The 'why I am not worried' article, edited by MIT nuclear scientists - RyanMcGreal
http://mitnse.com/2011/03/13/why-i-am-not-worried-about-japans-nuclear-reactors/?mit
======
kitsune_
This is BULLSHIT, the guy (Oehmen) is a mechanical engineer with a management
focus. He worked at my alma mater (ETHZ). His field of experties is supply
chain risk management. Look up his papers, he isn't a nuclear physicist.

I'd say he's about as qualified to make a comment on the situation as I am.

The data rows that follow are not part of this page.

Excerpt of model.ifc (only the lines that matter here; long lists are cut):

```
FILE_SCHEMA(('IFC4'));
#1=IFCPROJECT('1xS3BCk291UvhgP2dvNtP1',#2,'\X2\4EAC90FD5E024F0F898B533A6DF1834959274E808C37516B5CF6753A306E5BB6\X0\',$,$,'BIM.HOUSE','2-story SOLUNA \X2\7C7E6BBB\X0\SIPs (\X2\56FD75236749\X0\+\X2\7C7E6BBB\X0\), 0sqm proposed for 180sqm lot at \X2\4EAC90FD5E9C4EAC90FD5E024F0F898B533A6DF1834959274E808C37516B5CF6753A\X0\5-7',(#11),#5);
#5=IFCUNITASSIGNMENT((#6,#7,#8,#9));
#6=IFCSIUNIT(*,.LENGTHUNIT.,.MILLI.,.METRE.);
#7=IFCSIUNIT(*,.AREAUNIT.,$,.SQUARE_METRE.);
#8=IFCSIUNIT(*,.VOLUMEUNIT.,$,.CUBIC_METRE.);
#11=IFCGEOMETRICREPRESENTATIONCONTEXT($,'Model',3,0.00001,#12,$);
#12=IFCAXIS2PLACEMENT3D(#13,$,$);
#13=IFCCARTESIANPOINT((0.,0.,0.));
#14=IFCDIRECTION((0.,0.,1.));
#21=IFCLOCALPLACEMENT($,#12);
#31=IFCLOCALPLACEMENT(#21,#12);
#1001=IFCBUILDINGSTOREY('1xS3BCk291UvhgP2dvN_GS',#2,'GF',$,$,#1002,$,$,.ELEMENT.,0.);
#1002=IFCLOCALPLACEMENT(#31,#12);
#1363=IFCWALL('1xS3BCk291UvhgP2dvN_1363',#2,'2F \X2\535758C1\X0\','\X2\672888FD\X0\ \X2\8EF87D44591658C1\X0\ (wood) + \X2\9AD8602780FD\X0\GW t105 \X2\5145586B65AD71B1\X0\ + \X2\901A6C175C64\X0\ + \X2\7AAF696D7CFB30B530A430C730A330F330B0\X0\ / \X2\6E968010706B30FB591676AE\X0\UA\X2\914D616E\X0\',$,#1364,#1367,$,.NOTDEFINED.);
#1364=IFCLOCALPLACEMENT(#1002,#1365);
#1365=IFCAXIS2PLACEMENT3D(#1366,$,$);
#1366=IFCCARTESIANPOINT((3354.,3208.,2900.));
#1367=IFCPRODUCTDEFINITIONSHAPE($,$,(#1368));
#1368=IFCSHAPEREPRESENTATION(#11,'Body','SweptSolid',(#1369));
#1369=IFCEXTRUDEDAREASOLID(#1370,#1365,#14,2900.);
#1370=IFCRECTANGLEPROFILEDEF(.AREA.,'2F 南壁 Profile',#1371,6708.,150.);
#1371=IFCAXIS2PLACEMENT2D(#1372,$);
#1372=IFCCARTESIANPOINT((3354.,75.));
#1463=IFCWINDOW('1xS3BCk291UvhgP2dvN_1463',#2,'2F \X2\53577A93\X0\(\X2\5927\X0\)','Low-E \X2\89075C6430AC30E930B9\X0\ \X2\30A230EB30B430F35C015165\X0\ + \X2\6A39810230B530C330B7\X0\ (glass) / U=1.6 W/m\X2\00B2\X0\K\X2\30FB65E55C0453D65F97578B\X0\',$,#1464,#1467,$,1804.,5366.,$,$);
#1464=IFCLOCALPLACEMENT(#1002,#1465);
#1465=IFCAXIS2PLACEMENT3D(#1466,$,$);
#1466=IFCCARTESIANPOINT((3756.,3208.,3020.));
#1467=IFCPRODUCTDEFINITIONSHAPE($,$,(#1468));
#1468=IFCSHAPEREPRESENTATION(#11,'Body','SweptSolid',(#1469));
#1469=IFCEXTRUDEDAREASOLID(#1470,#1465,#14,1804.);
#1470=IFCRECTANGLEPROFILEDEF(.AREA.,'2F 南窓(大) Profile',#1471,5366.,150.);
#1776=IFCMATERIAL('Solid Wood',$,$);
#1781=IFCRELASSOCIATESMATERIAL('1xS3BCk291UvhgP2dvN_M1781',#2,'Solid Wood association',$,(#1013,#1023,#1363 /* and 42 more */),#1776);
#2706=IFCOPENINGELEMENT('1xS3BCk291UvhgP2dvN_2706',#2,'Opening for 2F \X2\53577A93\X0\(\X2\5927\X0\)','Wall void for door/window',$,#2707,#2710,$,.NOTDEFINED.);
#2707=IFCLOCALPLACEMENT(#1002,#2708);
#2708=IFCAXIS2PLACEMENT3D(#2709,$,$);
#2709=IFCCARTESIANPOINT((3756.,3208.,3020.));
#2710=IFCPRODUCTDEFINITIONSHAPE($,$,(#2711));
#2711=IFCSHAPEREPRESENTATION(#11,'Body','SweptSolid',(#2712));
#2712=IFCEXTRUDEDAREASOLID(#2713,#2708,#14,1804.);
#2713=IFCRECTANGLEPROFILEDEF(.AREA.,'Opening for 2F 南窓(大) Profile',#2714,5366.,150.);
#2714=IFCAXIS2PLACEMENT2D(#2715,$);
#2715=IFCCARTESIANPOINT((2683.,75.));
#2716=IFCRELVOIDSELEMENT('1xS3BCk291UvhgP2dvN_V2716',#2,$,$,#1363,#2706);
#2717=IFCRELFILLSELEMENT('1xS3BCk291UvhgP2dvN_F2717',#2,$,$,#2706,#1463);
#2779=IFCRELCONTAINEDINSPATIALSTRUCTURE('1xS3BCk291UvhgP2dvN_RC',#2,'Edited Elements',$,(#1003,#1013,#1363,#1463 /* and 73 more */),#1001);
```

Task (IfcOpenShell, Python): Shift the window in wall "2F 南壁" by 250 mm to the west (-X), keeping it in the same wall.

```python
import ifcopenshell
import ifcopenshell.api.geometry
import ifcopenshell.util.placement
import ifcopenshell.util.unit

model = ifcopenshell.open("model.ifc")
unit_scale = ifcopenshell.util.unit.calculate_unit_scale(model)

window = model.by_id(1463)
opening = window.FillsVoids[0].RelatingOpeningElement
wall = opening.VoidsElements[0].RelatingBuildingElement

wall_matrix = ifcopenshell.util.placement.get_local_placement(wall.ObjectPlacement)
shift = wall_matrix[:3, 0] * -0.25 / unit_scale
before = ifcopenshell.util.placement.get_local_placement(window.ObjectPlacement)[:3, 3].copy()

# The window is not placed relative to its opening, so move both.
for product in (opening, window):
    matrix = ifcopenshell.util.placement.get_local_placement(product.ObjectPlacement)
    matrix[:3, 3] += shift
    ifcopenshell.api.geometry.edit_object_placement(model, product=product, matrix=matrix, is_si=False)

after = ifcopenshell.util.placement.get_local_placement(window.ObjectPlacement)[:3, 3]
print("window moved by", (after - before).round(3) + 0.0)

model.write("model_updated.ifc")
```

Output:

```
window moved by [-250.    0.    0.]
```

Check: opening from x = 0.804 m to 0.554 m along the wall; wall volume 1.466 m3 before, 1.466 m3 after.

The "essay" by Oehmen was first published by a notorious nuclear lobbyist,
Jason Morgan. Look at this: <http://nuclearfissionary.com/about/>

    
    
      Nuclear Energy suffers from a poor public image. We’re here to change all that.
    
      For decades the nuclear energy industry has been under attack 
      by antinuclear activists both organized and unorganized. 
      Fear and panic have been their call signs and with little 
      regard for science or the impact on civilization, they   
      have remained unchecked for years
    

And more, from that page:

    
    
      Jason Morgan
    
      A corporate finance and accounting professional 
      who has great personal interest in the future of 
      the world’s energy crisis. Jason is looking forward 
      to utilizing his financial and economic data 
      analysis skills to shed light on nuclear energy.
    
    
    

In short: FUD by nuclear energy lobbyists.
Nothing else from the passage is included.